Among the lines below, list those containing the string "IfcAssembly".
** Opening INFORMATION SUPPLIED block **
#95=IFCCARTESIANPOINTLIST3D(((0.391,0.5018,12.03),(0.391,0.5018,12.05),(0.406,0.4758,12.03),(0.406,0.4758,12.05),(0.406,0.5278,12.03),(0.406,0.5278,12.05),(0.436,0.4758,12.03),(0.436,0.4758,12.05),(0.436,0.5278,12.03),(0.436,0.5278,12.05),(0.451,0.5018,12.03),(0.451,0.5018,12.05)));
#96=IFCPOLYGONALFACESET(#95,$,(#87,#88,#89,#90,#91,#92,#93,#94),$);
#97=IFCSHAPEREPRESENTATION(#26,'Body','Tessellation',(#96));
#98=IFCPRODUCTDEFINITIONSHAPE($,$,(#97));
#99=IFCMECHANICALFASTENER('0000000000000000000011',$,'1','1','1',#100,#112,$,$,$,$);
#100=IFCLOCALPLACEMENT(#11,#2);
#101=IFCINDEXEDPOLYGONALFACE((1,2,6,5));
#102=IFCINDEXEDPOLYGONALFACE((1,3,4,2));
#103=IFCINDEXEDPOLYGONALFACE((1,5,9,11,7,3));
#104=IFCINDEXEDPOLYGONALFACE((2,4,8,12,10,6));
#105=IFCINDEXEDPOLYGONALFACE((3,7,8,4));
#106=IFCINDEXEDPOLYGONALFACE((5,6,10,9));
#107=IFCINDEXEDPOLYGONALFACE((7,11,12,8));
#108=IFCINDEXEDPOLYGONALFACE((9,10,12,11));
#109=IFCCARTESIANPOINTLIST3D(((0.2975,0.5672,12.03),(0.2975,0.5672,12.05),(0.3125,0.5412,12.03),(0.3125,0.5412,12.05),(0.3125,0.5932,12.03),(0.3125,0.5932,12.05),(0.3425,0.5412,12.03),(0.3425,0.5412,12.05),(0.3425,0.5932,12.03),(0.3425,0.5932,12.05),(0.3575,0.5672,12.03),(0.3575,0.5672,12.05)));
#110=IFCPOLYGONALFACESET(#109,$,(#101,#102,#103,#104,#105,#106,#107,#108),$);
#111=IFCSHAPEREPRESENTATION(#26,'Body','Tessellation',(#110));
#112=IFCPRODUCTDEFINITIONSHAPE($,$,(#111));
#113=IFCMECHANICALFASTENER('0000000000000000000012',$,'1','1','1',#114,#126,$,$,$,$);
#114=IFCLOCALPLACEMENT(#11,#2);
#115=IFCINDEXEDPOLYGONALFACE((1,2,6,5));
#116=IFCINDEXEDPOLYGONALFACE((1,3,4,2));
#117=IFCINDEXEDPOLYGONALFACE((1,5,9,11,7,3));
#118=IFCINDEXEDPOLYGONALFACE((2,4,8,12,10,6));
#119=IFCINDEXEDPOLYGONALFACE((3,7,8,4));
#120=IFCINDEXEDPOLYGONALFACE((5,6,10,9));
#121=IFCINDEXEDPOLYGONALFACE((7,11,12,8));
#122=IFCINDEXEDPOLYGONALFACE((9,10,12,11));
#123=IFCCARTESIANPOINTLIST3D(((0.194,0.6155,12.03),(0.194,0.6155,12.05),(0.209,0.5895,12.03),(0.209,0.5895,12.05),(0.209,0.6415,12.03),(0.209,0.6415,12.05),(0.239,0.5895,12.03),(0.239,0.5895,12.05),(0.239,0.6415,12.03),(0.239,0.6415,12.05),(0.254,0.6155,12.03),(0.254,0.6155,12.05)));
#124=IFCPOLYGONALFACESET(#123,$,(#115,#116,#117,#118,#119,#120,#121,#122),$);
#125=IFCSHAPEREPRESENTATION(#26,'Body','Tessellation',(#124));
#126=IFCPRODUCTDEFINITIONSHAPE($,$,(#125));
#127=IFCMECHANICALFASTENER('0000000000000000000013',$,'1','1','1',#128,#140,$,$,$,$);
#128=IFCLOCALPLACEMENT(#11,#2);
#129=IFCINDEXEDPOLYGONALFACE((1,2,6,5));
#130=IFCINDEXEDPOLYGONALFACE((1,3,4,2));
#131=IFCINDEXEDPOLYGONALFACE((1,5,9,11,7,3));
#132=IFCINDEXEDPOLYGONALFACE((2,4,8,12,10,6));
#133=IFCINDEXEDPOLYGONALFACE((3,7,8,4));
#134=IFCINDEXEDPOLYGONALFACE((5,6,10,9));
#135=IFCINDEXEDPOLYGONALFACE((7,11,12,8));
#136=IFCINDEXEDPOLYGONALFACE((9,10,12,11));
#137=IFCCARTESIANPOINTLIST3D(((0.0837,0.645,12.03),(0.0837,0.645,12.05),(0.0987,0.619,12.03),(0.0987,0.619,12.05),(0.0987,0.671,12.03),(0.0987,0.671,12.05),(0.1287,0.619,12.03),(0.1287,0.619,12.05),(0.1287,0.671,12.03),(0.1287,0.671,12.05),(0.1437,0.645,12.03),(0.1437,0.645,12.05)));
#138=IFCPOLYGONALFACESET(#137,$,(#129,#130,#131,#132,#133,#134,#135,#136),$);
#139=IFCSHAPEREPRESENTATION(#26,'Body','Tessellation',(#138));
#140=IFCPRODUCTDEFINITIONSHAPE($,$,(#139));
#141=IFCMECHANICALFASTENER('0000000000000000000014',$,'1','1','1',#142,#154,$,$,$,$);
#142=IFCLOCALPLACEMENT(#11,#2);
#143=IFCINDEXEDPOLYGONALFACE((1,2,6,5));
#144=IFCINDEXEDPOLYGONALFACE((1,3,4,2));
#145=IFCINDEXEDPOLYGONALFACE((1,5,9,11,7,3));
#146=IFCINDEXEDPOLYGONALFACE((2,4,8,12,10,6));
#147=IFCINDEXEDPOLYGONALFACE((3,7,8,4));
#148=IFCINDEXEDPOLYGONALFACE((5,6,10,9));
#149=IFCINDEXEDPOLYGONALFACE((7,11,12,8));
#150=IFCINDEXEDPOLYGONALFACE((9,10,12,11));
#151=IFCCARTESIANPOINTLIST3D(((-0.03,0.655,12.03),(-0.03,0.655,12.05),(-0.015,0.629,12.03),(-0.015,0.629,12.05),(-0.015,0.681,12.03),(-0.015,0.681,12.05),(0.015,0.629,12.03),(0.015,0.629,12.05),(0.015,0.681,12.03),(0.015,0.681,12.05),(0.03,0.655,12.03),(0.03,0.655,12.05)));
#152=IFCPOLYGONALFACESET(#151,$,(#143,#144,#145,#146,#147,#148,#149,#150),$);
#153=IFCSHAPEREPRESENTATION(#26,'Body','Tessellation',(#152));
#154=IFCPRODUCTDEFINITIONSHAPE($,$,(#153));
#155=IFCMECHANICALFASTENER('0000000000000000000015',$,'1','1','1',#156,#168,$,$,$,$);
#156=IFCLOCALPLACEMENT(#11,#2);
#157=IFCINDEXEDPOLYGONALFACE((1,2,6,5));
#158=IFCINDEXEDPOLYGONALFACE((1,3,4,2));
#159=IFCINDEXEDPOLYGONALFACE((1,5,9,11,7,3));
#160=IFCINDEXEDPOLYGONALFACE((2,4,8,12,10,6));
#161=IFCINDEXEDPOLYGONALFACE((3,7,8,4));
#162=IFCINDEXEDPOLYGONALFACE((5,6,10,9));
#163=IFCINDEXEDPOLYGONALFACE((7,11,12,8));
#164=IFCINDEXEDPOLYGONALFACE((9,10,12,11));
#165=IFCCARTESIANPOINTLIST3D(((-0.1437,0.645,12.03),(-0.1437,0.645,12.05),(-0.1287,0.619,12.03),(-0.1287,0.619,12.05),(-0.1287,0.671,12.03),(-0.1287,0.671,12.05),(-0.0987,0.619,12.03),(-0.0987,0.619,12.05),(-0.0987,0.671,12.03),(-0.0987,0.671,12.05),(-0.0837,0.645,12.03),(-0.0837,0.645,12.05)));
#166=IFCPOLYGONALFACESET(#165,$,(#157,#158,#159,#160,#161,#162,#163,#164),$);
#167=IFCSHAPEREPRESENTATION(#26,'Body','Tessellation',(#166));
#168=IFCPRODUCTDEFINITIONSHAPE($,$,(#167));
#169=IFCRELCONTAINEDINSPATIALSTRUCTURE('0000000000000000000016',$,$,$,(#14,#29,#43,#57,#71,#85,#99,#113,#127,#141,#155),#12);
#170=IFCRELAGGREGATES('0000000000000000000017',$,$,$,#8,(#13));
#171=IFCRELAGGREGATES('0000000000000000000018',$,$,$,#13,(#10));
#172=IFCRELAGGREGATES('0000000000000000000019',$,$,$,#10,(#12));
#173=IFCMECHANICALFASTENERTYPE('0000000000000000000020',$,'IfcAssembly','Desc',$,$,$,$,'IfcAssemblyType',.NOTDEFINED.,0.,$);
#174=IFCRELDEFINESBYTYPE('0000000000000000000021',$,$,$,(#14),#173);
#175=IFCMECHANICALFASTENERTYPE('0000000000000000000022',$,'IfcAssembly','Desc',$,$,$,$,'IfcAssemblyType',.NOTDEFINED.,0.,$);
** Closing INFORMATION SUPPLIED block **
■ **EXERCISE RESPONSE**:
#173=IFCMECHANICALFASTENERTYPE('0000000000000000000020',$,'IfcAssembly','Desc',$,$,$,$,'IfcAssemblyType',.NOTDEFINED.,0.,$);
#175=IFCMECHANICALFASTENERTYPE('0000000000000000000022',$,'IfcAssembly','Desc',$,$,$,$,'IfcAssemblyType',.NOTDEFINED.,0.,$);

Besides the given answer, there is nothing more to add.